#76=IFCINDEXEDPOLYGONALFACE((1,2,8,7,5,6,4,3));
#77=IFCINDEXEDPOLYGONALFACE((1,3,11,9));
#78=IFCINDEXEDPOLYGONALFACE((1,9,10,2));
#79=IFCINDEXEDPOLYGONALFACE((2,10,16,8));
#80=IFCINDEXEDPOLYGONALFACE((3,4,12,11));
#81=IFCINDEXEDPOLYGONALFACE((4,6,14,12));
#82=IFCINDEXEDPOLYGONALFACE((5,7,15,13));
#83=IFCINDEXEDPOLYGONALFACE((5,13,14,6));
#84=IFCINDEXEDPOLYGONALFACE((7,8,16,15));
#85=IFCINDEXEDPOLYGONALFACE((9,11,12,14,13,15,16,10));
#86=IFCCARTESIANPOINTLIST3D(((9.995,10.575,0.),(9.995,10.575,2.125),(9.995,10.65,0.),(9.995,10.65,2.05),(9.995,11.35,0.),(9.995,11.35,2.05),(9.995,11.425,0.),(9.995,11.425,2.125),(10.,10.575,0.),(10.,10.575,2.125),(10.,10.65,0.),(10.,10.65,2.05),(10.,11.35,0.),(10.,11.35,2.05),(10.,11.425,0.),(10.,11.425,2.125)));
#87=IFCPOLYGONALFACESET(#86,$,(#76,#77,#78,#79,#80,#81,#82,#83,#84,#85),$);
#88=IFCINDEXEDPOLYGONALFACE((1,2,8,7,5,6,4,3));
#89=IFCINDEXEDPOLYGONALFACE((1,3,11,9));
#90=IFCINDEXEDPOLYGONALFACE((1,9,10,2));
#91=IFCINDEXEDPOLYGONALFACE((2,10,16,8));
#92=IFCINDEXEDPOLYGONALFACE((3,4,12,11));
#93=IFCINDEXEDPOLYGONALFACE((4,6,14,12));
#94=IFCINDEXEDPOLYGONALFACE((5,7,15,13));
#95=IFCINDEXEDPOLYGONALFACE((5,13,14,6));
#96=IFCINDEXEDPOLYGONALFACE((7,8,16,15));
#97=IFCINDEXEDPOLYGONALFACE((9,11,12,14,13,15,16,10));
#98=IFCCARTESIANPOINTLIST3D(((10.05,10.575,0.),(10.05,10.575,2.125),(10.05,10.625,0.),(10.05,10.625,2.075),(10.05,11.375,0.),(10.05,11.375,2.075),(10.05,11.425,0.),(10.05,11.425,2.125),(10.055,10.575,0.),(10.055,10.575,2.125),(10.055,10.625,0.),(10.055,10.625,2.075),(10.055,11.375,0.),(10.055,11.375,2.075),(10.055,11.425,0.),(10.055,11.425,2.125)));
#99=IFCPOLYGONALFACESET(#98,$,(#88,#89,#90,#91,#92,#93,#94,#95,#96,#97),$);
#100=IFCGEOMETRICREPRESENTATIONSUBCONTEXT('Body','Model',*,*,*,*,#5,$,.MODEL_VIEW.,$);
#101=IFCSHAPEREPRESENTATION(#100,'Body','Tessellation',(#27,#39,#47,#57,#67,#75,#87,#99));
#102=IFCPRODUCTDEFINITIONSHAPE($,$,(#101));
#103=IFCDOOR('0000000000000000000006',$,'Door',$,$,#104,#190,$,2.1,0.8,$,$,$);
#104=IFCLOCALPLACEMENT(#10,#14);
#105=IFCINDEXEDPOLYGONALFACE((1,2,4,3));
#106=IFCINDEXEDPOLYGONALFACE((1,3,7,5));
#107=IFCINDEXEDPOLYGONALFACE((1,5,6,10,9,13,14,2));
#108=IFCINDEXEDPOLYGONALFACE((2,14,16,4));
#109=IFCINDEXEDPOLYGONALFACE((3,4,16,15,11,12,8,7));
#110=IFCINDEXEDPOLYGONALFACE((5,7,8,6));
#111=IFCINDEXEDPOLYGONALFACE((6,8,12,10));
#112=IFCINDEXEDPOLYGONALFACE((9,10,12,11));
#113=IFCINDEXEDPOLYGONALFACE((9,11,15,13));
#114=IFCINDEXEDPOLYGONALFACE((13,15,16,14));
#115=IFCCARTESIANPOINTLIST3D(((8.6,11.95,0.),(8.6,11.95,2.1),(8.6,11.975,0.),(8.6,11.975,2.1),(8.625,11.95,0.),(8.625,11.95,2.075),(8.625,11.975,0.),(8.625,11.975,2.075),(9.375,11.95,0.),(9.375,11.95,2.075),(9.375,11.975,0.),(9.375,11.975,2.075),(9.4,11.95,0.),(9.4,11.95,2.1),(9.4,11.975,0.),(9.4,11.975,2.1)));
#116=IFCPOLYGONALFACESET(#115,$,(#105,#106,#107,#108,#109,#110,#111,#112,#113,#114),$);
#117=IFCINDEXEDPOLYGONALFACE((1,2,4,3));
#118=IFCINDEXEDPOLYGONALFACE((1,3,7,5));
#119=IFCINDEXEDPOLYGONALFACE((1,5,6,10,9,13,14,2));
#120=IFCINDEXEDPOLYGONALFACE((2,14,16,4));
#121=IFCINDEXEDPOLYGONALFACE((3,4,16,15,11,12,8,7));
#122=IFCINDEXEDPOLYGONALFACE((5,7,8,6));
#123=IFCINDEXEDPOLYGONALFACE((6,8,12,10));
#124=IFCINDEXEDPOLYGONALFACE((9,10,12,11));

####

▶ **Activity**:
Look through the records and gather each line with the word "Body".

▶ **Worked solution**:
#100=IFCGEOMETRICREPRESENTATIONSUBCONTEXT('Body','Model',*,*,*,*,#5,$,.MODEL_VIEW.,$);
#101=IFCSHAPEREPRESENTATION(#100,'Body','Tessellation',(#27,#39,#47,#57,#67,#75,#87,#99));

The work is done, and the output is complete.